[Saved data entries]
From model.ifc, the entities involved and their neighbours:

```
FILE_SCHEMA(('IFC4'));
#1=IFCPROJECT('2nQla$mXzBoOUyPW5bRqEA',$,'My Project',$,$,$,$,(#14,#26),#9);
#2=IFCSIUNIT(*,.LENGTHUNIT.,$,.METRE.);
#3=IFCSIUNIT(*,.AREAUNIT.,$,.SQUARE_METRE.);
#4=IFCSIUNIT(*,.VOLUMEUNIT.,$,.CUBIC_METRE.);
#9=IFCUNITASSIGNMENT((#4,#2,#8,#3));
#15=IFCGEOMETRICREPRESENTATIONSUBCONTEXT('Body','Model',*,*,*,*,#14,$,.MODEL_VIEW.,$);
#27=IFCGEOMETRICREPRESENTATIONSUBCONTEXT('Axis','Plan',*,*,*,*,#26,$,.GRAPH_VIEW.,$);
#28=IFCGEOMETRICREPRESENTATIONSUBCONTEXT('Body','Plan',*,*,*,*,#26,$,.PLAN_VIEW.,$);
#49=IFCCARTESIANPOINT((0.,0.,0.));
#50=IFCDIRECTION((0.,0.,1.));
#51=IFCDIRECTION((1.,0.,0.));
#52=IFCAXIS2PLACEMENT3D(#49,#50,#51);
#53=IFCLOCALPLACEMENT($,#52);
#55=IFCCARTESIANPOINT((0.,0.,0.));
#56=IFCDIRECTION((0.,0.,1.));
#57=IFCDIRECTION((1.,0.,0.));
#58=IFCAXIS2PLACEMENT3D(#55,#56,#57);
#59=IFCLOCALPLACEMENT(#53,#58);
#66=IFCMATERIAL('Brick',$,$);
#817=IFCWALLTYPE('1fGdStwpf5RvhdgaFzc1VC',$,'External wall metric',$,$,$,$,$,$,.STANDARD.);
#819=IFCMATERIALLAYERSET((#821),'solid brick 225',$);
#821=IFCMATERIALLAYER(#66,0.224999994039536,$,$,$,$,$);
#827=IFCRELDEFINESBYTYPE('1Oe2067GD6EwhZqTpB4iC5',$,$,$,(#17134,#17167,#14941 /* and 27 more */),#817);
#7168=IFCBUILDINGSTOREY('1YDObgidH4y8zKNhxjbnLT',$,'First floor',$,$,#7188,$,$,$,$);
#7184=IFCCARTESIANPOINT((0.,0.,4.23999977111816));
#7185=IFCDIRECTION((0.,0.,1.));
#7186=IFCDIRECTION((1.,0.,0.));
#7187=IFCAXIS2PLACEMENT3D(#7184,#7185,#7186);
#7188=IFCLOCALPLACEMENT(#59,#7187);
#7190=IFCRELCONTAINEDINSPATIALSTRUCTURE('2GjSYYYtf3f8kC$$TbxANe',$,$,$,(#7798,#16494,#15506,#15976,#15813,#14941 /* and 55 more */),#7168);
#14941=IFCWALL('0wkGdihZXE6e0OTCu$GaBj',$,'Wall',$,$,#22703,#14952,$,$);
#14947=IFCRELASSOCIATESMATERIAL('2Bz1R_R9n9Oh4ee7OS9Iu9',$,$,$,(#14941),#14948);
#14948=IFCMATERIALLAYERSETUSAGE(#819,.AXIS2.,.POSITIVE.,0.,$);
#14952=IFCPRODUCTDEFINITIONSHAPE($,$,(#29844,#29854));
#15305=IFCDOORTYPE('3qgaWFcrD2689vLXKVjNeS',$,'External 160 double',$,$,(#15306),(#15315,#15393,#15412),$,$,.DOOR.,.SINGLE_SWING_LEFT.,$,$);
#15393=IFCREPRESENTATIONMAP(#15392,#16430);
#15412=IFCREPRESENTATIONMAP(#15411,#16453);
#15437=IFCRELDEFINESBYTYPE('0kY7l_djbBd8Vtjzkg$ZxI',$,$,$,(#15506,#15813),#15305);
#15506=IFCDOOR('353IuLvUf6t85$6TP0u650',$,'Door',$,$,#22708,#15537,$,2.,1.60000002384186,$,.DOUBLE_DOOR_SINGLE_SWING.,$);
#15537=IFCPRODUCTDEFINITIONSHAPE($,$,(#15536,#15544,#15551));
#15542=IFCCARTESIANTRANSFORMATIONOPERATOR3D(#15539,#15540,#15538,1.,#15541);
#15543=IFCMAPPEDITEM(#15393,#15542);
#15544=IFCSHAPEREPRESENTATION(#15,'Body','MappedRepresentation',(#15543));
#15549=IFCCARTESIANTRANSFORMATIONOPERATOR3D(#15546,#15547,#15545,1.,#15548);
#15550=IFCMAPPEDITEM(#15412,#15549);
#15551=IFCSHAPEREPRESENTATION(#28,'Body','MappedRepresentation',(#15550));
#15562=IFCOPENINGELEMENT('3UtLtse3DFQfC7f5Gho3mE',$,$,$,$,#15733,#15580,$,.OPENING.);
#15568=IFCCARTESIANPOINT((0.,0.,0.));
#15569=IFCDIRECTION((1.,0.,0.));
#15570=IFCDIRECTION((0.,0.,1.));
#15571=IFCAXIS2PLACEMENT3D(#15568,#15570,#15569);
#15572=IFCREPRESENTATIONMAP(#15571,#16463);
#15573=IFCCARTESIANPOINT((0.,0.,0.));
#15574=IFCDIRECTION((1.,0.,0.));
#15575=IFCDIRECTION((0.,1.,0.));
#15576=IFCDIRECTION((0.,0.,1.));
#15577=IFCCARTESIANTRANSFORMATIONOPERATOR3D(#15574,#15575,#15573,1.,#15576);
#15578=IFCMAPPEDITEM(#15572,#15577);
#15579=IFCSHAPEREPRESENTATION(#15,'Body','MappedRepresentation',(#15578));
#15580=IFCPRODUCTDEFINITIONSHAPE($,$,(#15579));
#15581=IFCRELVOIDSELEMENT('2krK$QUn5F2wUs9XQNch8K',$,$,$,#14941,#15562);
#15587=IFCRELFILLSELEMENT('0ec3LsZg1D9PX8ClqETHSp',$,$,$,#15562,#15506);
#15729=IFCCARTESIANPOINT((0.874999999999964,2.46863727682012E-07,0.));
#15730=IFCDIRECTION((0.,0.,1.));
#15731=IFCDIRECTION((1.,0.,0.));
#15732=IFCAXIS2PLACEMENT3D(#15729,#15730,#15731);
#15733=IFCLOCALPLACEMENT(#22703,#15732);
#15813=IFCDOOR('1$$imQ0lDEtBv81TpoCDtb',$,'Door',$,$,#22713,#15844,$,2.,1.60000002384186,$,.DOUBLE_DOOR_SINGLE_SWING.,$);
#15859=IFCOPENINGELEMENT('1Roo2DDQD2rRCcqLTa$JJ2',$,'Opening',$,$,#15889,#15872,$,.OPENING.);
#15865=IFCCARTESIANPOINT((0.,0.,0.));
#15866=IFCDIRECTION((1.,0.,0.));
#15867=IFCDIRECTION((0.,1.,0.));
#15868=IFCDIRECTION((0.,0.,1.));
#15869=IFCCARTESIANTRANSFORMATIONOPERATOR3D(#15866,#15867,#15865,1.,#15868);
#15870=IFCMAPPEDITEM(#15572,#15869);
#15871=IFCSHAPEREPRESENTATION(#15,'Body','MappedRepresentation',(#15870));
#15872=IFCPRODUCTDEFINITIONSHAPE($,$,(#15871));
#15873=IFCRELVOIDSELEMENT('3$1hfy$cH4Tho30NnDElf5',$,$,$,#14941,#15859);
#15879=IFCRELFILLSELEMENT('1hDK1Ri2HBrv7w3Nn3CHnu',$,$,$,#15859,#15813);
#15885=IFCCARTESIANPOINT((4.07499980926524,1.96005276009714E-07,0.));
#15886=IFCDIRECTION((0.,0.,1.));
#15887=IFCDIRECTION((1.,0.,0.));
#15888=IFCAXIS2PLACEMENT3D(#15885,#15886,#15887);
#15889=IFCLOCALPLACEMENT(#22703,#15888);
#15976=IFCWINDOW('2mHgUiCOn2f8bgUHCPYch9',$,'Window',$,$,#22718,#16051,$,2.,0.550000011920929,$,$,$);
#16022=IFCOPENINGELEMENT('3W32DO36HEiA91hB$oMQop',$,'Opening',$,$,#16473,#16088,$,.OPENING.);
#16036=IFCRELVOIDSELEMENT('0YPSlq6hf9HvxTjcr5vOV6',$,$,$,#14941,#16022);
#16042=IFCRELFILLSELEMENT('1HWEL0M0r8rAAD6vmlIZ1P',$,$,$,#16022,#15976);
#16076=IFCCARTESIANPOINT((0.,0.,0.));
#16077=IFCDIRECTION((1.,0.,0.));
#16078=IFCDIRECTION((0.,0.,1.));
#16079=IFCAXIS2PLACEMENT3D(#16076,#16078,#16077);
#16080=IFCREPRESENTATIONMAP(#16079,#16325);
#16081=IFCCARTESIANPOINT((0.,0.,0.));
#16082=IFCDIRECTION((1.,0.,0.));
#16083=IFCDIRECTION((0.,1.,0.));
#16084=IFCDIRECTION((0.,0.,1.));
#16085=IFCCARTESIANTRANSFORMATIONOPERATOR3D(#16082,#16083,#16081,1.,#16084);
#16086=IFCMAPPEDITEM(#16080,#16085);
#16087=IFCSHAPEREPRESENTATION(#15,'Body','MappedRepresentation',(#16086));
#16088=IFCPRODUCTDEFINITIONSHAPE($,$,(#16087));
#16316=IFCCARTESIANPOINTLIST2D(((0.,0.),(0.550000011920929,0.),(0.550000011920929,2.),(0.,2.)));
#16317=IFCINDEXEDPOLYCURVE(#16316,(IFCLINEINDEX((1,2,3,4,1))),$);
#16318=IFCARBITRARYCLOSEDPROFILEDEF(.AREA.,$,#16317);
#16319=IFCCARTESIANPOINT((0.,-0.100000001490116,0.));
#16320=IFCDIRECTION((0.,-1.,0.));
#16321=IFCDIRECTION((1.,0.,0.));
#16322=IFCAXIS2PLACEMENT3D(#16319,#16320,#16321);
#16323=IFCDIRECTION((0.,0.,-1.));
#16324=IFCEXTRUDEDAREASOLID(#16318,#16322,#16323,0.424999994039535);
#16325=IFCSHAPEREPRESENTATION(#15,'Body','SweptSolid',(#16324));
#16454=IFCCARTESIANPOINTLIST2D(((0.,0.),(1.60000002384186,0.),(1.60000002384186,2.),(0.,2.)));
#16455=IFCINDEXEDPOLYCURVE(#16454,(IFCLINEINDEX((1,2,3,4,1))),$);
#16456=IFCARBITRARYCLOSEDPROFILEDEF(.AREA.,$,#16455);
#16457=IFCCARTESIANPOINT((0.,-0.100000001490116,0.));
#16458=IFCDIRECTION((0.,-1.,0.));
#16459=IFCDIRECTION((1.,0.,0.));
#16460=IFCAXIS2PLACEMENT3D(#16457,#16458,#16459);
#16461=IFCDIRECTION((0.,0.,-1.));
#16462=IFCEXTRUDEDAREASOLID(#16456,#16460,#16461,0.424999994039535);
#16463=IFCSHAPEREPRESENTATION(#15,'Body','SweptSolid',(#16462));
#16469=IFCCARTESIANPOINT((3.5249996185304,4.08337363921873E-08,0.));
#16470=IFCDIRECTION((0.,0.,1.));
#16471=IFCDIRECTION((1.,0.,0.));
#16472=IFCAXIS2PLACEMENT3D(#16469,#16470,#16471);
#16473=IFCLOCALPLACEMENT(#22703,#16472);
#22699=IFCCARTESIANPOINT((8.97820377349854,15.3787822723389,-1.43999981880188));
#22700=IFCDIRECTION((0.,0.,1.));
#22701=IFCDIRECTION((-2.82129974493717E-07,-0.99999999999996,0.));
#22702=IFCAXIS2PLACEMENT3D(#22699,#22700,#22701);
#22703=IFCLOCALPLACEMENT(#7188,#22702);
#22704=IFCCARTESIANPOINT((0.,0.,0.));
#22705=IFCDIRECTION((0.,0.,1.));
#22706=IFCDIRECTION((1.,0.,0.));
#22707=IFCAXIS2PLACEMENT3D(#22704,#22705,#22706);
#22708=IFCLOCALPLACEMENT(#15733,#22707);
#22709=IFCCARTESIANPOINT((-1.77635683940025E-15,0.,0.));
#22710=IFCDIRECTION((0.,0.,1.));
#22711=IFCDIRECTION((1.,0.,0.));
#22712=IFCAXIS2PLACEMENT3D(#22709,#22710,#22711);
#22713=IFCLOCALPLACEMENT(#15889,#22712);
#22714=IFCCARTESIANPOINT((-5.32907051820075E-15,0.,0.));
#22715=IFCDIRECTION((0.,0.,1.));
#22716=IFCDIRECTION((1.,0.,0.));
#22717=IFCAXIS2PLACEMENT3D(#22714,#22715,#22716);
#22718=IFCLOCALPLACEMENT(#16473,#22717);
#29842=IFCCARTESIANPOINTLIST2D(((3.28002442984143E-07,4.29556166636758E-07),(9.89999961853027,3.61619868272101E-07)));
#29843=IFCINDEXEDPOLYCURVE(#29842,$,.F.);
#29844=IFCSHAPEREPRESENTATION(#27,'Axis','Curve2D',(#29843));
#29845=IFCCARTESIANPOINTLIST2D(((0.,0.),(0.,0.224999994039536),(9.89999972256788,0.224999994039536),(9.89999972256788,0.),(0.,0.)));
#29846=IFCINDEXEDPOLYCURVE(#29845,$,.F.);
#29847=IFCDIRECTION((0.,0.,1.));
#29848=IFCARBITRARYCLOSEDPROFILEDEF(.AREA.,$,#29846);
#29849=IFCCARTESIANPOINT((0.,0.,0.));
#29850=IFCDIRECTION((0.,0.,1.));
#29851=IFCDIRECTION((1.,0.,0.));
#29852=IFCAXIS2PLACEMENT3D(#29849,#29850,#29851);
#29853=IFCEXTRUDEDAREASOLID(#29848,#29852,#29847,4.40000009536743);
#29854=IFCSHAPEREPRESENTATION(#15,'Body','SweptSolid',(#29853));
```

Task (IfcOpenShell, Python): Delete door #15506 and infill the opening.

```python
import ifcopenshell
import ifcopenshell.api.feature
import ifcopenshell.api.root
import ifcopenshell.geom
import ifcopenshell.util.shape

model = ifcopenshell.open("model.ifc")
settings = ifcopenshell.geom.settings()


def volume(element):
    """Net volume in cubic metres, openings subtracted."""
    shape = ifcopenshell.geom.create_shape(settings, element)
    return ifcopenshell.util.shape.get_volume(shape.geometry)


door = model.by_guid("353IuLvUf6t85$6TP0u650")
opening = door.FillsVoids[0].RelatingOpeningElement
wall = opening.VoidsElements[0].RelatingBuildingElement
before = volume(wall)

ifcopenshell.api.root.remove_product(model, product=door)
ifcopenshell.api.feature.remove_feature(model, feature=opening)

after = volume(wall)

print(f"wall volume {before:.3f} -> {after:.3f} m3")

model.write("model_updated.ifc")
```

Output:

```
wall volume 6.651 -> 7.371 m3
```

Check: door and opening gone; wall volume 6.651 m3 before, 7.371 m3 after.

*Exercise instructions*
Scan the preceding records for lines with the word "IFCREPRESENTATIONMAP". Say how many there are and nothing else.

*Response below*
4